[Collected data entries]
..........

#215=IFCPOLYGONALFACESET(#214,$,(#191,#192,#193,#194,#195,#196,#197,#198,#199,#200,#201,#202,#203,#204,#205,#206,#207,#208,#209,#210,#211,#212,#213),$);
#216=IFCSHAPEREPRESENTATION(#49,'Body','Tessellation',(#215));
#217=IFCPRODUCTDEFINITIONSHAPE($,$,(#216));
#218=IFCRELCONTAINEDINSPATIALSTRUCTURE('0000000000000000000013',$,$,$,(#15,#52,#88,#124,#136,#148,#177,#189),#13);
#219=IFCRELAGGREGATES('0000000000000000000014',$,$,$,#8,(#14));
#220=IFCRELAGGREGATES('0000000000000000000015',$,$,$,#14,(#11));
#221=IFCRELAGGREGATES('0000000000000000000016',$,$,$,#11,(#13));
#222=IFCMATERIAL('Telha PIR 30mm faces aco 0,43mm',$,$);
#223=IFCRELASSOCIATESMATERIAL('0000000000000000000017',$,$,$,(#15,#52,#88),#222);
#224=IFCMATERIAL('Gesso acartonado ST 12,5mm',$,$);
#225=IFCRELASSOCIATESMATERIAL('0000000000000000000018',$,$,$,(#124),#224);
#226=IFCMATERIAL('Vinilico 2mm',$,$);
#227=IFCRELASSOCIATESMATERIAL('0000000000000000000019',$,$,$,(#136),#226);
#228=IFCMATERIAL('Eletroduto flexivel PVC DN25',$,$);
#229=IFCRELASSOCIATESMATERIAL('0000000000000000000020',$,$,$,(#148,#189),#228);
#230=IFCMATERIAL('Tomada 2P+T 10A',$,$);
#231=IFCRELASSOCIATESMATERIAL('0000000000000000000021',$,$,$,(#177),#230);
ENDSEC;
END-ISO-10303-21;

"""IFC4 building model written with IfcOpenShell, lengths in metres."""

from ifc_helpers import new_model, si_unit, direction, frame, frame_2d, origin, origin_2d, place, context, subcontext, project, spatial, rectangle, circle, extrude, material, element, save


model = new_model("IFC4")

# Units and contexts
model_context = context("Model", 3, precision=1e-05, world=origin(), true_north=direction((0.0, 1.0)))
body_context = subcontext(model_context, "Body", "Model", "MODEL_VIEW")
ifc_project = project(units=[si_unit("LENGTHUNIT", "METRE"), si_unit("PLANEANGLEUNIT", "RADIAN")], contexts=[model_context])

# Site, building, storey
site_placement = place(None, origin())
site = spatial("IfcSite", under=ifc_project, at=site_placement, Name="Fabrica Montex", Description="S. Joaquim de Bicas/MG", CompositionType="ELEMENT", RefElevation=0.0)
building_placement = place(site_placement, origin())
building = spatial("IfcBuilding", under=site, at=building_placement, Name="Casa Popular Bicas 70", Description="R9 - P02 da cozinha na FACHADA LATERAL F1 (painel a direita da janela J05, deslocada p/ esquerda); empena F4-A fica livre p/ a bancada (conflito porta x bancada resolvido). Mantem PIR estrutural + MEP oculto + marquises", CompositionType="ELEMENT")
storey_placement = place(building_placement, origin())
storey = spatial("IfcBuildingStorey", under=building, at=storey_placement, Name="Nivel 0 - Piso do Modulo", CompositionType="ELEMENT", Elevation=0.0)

..........

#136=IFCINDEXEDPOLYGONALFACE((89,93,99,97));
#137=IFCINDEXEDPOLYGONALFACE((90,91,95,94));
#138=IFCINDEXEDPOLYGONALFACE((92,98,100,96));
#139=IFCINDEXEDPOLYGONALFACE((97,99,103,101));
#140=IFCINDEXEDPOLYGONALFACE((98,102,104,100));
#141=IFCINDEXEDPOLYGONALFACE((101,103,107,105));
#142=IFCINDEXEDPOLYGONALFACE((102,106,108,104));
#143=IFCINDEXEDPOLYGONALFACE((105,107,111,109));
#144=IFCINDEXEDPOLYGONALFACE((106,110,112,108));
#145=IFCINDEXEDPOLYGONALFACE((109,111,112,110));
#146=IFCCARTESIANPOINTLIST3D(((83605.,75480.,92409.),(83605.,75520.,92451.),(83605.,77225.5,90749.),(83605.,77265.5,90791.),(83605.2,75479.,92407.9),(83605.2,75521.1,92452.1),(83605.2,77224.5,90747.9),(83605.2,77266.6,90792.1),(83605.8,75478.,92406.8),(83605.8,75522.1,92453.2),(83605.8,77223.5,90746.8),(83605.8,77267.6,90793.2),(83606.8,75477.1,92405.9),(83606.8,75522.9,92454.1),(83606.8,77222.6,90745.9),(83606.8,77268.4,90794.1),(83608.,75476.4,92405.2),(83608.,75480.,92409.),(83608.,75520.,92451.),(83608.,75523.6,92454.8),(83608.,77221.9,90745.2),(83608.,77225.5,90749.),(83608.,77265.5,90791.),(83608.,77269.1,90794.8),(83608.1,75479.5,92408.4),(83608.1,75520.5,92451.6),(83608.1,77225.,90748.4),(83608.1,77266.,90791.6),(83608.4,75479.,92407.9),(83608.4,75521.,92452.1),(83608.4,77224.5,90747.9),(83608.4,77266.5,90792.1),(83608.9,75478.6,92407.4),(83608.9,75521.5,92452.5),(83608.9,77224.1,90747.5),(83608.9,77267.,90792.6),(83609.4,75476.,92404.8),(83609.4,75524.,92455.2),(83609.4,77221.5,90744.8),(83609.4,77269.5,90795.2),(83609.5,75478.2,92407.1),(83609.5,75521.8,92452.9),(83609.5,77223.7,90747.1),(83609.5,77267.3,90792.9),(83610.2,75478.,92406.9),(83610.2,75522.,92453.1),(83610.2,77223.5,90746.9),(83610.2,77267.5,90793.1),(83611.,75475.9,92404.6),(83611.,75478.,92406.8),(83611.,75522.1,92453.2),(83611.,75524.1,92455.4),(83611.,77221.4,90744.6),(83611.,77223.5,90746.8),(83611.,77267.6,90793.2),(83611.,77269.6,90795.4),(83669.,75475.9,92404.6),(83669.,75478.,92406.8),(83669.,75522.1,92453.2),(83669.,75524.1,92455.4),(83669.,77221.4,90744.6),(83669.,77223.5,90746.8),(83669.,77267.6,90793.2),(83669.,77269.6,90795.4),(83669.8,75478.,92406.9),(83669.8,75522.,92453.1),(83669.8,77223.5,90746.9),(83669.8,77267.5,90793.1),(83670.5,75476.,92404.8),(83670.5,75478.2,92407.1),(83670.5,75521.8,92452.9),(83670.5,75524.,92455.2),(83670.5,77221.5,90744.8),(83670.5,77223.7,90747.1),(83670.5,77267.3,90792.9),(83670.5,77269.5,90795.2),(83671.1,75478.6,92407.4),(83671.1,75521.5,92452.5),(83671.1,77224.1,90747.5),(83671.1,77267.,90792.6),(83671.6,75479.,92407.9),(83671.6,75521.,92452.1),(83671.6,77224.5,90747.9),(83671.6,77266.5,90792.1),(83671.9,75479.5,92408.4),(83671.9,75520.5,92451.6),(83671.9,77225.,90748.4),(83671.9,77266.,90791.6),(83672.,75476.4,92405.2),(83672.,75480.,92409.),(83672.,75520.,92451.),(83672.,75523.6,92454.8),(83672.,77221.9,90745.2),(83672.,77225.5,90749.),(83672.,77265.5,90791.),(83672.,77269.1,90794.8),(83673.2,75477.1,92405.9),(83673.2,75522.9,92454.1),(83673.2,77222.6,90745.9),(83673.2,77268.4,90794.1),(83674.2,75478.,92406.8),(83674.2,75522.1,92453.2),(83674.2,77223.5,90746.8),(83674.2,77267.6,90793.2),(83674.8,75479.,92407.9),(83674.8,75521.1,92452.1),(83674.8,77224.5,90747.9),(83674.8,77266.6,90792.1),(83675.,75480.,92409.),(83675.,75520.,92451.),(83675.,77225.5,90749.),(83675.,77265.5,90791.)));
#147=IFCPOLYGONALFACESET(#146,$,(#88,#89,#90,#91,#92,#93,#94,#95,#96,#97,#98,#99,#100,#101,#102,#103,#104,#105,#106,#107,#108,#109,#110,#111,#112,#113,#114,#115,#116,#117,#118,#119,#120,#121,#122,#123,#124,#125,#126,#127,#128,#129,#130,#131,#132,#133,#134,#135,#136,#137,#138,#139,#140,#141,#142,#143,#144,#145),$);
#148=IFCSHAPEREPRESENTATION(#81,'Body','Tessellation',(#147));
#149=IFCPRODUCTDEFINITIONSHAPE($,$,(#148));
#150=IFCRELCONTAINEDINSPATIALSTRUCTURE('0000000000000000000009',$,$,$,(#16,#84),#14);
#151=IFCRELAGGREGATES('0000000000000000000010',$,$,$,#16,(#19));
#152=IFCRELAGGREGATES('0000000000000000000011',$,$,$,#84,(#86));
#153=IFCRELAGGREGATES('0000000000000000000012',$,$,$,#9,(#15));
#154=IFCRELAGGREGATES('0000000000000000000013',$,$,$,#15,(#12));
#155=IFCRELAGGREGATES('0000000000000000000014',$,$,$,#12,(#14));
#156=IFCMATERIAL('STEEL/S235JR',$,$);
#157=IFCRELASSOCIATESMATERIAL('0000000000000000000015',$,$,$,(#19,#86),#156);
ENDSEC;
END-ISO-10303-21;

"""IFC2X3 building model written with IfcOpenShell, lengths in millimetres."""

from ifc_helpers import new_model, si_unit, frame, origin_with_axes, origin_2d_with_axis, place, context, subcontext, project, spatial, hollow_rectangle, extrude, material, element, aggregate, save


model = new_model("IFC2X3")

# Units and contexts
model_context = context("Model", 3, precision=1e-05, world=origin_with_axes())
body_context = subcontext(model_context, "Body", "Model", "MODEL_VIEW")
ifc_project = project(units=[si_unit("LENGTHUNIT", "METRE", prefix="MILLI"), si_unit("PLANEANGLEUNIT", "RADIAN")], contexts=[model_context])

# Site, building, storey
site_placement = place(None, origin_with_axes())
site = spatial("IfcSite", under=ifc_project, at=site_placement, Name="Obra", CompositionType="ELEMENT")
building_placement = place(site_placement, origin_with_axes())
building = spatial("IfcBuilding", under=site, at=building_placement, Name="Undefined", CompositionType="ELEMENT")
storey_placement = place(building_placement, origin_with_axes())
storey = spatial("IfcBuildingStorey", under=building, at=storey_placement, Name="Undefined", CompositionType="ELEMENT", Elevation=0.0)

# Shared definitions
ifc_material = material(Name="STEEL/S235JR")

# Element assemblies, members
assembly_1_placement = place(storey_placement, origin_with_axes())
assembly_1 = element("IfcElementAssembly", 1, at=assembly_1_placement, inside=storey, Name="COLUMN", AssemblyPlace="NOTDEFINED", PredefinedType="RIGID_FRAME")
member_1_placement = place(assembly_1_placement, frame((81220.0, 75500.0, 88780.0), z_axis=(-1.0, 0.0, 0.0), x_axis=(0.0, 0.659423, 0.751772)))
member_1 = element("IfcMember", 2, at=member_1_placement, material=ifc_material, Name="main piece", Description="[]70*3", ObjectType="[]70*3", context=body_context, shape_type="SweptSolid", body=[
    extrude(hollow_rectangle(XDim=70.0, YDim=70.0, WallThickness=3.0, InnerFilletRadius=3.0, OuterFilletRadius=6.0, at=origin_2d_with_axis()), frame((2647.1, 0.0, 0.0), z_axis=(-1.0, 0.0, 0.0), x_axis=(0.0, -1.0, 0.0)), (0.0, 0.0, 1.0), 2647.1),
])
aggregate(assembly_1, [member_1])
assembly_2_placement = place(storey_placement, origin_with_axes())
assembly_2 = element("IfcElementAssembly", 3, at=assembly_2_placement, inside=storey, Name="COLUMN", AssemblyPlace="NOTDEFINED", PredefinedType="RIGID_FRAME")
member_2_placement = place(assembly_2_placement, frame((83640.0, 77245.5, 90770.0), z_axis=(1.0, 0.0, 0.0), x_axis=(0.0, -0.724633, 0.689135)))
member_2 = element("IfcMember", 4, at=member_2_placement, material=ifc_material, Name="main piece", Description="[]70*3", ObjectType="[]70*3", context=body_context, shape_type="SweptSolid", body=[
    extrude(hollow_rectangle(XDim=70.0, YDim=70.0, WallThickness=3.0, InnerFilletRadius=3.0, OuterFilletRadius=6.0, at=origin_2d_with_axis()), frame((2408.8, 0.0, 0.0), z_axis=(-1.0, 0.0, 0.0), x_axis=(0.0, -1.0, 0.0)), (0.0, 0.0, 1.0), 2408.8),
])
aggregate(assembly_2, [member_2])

..........

Task item.
Output the lines of the records above exactly as they appear, from the line containing "#137=IFCINDEXEDPOLYGONALFACE((90,91,95,94));" through the line containing "#145=IFCINDEXEDPOLYGONALFACE((109,111,112,110));".

Output of the task.
#137=IFCINDEXEDPOLYGONALFACE((90,91,95,94));
#138=IFCINDEXEDPOLYGONALFACE((92,98,100,96));
#139=IFCINDEXEDPOLYGONALFACE((97,99,103,101));
#140=IFCINDEXEDPOLYGONALFACE((98,102,104,100));
#141=IFCINDEXEDPOLYGONALFACE((101,103,107,105));
#142=IFCINDEXEDPOLYGONALFACE((102,106,108,104));
#143=IFCINDEXEDPOLYGONALFACE((105,107,111,109));
#144=IFCINDEXEDPOLYGONALFACE((106,110,112,108));
#145=IFCINDEXEDPOLYGONALFACE((109,111,112,110));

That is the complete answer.